For the Online Banking System of our platform, further security measures have been put in place (e.g., use of PIN/transaction password). Unauthorised access is prevented by a firewall system.

We have put in place procedures to deal with any suspected personal data breach and will notify you and any applicable regulator of a breach where we are legally required to do so.

For more information, please contact our Data Protection Officer.

13. Data retention

We will only retain your personal data for as long as reasonably necessary to fulfil the purposes we collected it for, including the purpose of satisfying any legal, regulatory, tax, accounting or reporting requirements. We may retain your personal data for a longer period in the event of a complaint or if we reasonably believe there is a prospect of litigation in respect of our relationship with you.

We are required to keep basic information about our customers (including Contact, Identity, Financial and Transaction data) for at least 5 years after they cease being customers.
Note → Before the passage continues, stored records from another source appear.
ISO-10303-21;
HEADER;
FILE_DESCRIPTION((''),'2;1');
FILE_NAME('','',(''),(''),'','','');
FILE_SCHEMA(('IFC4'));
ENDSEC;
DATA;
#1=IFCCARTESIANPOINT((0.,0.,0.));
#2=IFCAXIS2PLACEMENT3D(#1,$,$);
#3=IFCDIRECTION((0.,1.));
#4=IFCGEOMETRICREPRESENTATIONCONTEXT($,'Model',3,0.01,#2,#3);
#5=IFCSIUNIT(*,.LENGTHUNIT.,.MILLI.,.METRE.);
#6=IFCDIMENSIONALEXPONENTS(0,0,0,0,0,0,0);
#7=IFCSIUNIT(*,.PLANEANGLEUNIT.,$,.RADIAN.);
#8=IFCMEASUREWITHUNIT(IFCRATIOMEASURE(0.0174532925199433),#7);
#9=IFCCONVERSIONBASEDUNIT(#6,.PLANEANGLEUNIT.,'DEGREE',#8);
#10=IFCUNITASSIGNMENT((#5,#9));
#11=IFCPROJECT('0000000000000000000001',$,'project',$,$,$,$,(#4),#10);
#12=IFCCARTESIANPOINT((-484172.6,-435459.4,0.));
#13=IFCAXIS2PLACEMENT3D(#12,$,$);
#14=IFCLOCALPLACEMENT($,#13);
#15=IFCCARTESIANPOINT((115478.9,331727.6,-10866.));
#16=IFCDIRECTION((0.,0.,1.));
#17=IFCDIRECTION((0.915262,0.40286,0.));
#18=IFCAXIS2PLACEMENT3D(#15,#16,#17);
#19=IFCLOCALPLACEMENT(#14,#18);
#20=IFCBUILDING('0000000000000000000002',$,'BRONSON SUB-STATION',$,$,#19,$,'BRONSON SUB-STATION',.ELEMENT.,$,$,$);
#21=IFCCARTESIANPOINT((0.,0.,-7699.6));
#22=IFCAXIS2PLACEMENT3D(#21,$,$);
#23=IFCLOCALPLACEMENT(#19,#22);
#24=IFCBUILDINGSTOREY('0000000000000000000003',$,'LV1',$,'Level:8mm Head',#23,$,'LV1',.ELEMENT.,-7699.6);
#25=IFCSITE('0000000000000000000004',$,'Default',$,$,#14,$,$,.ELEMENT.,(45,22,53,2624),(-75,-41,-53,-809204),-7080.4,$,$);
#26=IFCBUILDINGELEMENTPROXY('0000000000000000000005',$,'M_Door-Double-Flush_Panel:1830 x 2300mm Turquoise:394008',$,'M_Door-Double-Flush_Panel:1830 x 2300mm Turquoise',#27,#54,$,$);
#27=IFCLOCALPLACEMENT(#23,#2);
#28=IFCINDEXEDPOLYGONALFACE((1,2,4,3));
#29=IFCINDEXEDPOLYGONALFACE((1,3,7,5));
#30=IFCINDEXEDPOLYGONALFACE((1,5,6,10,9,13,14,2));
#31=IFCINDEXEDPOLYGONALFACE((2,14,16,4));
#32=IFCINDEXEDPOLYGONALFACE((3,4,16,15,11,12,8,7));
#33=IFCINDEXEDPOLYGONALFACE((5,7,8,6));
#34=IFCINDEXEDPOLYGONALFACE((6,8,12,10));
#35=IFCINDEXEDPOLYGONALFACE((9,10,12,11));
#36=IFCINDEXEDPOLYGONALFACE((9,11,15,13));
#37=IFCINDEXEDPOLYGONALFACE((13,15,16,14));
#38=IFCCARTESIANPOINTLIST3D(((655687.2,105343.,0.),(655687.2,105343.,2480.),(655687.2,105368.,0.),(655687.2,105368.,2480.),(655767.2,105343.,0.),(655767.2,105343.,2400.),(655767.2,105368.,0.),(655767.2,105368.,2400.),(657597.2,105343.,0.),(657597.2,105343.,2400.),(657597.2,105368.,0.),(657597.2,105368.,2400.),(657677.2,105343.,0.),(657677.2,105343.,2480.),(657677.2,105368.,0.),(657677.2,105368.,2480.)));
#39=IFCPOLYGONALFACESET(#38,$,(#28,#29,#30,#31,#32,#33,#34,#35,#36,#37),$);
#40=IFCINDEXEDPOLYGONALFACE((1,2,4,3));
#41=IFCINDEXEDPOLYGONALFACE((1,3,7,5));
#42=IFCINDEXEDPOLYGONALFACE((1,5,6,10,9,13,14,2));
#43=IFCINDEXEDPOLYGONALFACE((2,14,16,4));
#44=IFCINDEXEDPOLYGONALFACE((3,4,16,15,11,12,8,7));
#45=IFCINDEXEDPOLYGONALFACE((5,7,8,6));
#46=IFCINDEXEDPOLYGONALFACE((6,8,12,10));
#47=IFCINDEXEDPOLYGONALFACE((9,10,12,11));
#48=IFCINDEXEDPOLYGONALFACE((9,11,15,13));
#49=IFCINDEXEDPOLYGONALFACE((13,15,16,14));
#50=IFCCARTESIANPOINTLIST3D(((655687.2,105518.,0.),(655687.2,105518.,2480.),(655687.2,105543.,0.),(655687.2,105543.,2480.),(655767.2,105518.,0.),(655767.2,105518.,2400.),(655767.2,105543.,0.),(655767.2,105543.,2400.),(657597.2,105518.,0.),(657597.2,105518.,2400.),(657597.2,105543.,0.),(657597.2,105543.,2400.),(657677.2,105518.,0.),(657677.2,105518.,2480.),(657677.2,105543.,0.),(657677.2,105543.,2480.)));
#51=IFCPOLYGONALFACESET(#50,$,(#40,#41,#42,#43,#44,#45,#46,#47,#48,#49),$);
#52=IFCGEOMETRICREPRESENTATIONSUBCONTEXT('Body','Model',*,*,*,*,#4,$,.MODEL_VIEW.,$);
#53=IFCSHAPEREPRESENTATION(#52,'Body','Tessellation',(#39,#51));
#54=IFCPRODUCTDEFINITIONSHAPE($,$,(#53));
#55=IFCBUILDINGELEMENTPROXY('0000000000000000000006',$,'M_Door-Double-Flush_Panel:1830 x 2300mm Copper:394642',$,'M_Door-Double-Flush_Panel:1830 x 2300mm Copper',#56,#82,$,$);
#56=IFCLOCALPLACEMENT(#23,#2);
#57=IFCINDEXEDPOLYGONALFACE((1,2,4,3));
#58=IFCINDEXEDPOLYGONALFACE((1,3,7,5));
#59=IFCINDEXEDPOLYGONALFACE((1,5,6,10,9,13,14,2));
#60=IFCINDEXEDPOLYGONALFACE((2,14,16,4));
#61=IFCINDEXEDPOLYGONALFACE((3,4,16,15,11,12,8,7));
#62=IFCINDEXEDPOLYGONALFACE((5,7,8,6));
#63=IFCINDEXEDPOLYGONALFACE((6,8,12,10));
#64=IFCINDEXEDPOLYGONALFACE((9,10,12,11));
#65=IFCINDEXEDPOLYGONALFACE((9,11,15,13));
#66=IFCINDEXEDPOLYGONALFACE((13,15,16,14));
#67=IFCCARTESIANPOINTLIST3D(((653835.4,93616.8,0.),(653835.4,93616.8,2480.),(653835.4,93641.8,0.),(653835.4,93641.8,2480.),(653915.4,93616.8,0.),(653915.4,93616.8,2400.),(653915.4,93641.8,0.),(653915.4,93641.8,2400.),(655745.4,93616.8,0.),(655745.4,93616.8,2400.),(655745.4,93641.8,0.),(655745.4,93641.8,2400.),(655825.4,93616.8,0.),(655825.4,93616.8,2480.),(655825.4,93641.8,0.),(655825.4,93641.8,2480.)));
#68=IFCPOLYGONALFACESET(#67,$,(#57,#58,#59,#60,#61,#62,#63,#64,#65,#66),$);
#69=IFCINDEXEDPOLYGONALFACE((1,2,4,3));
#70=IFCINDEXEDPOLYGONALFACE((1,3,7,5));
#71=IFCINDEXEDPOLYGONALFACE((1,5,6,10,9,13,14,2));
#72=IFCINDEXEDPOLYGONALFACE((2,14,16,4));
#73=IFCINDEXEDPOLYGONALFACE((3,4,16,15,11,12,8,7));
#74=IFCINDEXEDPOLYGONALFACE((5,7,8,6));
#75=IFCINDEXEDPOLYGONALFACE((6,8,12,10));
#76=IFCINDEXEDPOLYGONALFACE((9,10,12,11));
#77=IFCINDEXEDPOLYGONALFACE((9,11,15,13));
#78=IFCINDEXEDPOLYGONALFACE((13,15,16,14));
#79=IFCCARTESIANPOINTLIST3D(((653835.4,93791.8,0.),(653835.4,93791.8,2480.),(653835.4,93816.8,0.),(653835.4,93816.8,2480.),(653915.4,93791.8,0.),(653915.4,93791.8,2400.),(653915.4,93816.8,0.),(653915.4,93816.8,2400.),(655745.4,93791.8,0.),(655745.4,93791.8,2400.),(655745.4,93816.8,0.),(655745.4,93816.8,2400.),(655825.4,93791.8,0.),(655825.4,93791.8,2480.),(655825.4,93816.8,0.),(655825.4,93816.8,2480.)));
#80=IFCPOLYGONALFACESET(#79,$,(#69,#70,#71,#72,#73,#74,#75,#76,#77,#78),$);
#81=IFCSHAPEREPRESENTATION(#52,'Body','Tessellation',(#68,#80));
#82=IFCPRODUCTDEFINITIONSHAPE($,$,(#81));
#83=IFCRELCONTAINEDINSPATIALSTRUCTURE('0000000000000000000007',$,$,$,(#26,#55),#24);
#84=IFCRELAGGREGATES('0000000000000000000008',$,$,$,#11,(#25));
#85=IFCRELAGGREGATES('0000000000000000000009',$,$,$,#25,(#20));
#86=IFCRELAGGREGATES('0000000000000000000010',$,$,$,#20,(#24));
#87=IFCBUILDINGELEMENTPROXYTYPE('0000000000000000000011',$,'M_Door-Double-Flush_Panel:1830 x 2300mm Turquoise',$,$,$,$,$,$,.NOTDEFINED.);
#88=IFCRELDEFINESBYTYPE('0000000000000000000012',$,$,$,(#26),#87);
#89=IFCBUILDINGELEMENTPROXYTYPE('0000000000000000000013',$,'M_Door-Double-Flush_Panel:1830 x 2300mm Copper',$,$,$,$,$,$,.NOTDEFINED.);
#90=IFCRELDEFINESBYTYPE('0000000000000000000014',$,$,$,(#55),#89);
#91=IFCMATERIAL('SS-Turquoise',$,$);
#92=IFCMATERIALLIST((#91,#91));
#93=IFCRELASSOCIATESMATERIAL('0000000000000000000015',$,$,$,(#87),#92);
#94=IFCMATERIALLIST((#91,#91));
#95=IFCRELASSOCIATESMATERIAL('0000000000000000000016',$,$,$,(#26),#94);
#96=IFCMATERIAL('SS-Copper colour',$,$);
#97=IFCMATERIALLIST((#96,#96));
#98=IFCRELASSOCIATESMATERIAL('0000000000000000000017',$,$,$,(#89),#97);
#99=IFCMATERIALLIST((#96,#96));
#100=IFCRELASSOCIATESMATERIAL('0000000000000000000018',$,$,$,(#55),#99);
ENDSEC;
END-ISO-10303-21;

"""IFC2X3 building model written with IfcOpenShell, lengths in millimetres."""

from ifc_helpers import new_model, entity, si_unit, converted_unit, direction, frame, origin, place, context, subcontext, project, spatial, polyline, outline, extrude, source, transform, mapped, material, material_list, type_object, type_shapes, element, save


model = new_model("IFC2X3")

# Units and contexts
model_context = context("Model", 3, precision=0.01, world=origin(), true_north=direction((0.0, 1.0)))
body_context = subcontext(model_context, "Body", "Model", "MODEL_VIEW")
ifc_project = project(units=[si_unit("LENGTHUNIT", "METRE", prefix="MILLI"), converted_unit("PLANEANGLEUNIT", "DEGREE", entity("IfcRatioMeasure", 0.0174532925199433), si_unit("PLANEANGLEUNIT", "RADIAN"), dimensions=[0, 0, 0, 0, 0, 0, 0])], contexts=[model_context])

# Site, building, storey
site_placement = place(None, frame((-484172.6, -435459.4, 0.0)))
site = spatial("IfcSite", under=ifc_project, at=site_placement, Name="Default", CompositionType="ELEMENT", RefLatitude=(45, 22, 53, 2624), RefLongitude=(-75, -41, -53, -809204), RefElevation=-7080.4)
building_placement = place(site_placement, frame((115478.9, 331727.6, -10866.0), z_axis=(0.0, 0.0, 1.0), x_axis=(0.915262, 0.40286, 0.0)))
building = spatial("IfcBuilding", under=site, at=building_placement, Name="BRONSON SUB-STATION", LongName="BRONSON SUB-STATION", CompositionType="ELEMENT")
storey_placement = place(building_placement, frame((0.0, 0.0, -7699.6)))
storey = spatial("IfcBuildingStorey", under=building, at=storey_placement, Name="LV1", ObjectType="Level:8mm Head", LongName="LV1", CompositionType="ELEMENT", Elevation=-7699.6)

# Shared definitions
ifc_material_1 = material(Name="SS-Copper colour")

# Building element proxies
ifc_material_2 = material(Name="SS-Turquoise")
ifc_material_list_1 = material_list([ifc_material_2, ifc_material_2])
ifc_material_list_2 = material_list([ifc_material_2, ifc_material_2])
building_element_proxy_type_1 = type_object("IfcBuildingElementProxyType", Name="M_Door-Double-Flush_Panel:1830 x 2300mm Turquoise", PredefinedType="NOTDEFINED", material=ifc_material_list_2)
shared_shape_1 = source(origin(), body_context, "Body", "SweptSolid", [
    extrude(outline(polyline([(-1180.0, 915.0), (1220.0, 915.0), (1220.0, 995.0), (-1260.0, 995.0), (-1260.0, -995.0), (1220.0, -995.0), (1220.0, -915.0), (-1180.0, -915.0), (-1180.0, 915.0)])), frame((0.0, 75.0, 1220.0), z_axis=(0.0, 1.0, 0.0), x_axis=(0.0, 0.0, -1.0)), (0.0, 0.0, 1.0), 25.0),
    extrude(outline(polyline([(-1180.0, 915.0), (1220.0, 915.0), (1220.0, 995.0), (-1260.0, 995.0), (-1260.0, -995.0), (1220.0, -995.0), (1220.0, -915.0), (-1180.0, -915.0), (-1180.0, 915.0)])), frame((0.0, -100.0, 1220.0), z_axis=(0.0, 1.0, 0.0), x_axis=(0.0, 0.0, -1.0)), (0.0, 0.0, 1.0), 25.0),
])
type_shapes(building_element_proxy_type_1, [shared_shape_1])
proxy_1_placement = place(storey_placement, frame((656682.2, 105443.0, 0.0), z_axis=(0.0, 0.0, 1.0), x_axis=(-1.0, 0.0, 0.0)))
element("IfcBuildingElementProxy", 1, at=proxy_1_placement, inside=storey, type_object=building_element_proxy_type_1, material=ifc_material_list_1, Name="M_Door-Double-Flush_Panel:1830 x 2300mm Turquoise:394008", ObjectType="M_Door-Double-Flush_Panel:1830 x 2300mm Turquoise", context=body_context, shape_type="MappedRepresentation", body=[
    mapped(shared_shape_1, transform((0.0, 0.0, 0.0), scale=1.0)),
])
ifc_material_list_3 = material_list([ifc_material_1, ifc_material_1])
ifc_material_list_4 = material_list([ifc_material_1, ifc_material_1])
building_element_proxy_type_2 = type_object("IfcBuildingElementProxyType", Name="M_Door-Double-Flush_Panel:1830 x 2300mm Copper", PredefinedType="NOTDEFINED", material=ifc_material_list_4)
shared_shape_2 = source(origin(), body_context, "Body", "SweptSolid", [
    extrude(outline(polyline([(-1180.0, 915.0), (1220.0, 915.0), (1220.0, 995.0), (-1260.0, 995.0), (-1260.0, -995.0), (1220.0, -995.0), (1220.0, -915.0), (-1180.0, -915.0), (-1180.0, 915.0)])), frame((0.0, -100.0, 1220.0), z_axis=(0.0, 1.0, 0.0), x_axis=(0.0, 0.0, -1.0)), (0.0, 0.0, 1.0), 25.0),
    extrude(outline(polyline([(-1180.0, 915.0), (1220.0, 915.0), (1220.0, 995.0), (-1260.0, 995.0), (-1260.0, -995.0), (1220.0, -995.0), (1220.0, -915.0), (-1180.0, -915.0), (-1180.0, 915.0)])), frame((0.0, 75.0, 1220.0), z_axis=(0.0, 1.0, 0.0), x_axis=(0.0, 0.0, -1.0)), (0.0, 0.0, 1.0), 25.0),
])
type_shapes(building_element_proxy_type_2, [shared_shape_2])
proxy_2_placement = place(storey_placement, frame((654830.4, 93716.8, 0.0)))
element("IfcBuildingElementProxy", 2, at=proxy_2_placement, inside=storey, type_object=building_element_proxy_type_2, material=ifc_material_list_3, Name="M_Door-Double-Flush_Panel:1830 x 2300mm Copper:394642", ObjectType="M_Door-Double-Flush_Panel:1830 x 2300mm Copper", context=body_context, shape_type="MappedRepresentation", body=[
    mapped(shared_shape_2, transform((0.0, 0.0, 0.0), scale=1.0)),
])

save(model, "model.ifc")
In some circumstances, you can ask us to delete your data: see your legal rights above for further information.

In some circumstances, we may anonymise your personal data (so that it can no longer be associated with you) for research and statistical purposes in which case we may use this information indefinitely without further notice to you.

14. Changes to Privacy Policy and your duty to inform us of changes

We keep our Privacy Policy under review and, if necessary, we will adjust this privacy information. If this occurs, we will contact you and give you any notices in connection with this Privacy Notice by using the email address you have given us.

It is important that the personal data that we hold about you is accurate and current. Please keep us informed if your personal data changes during your relationship with us.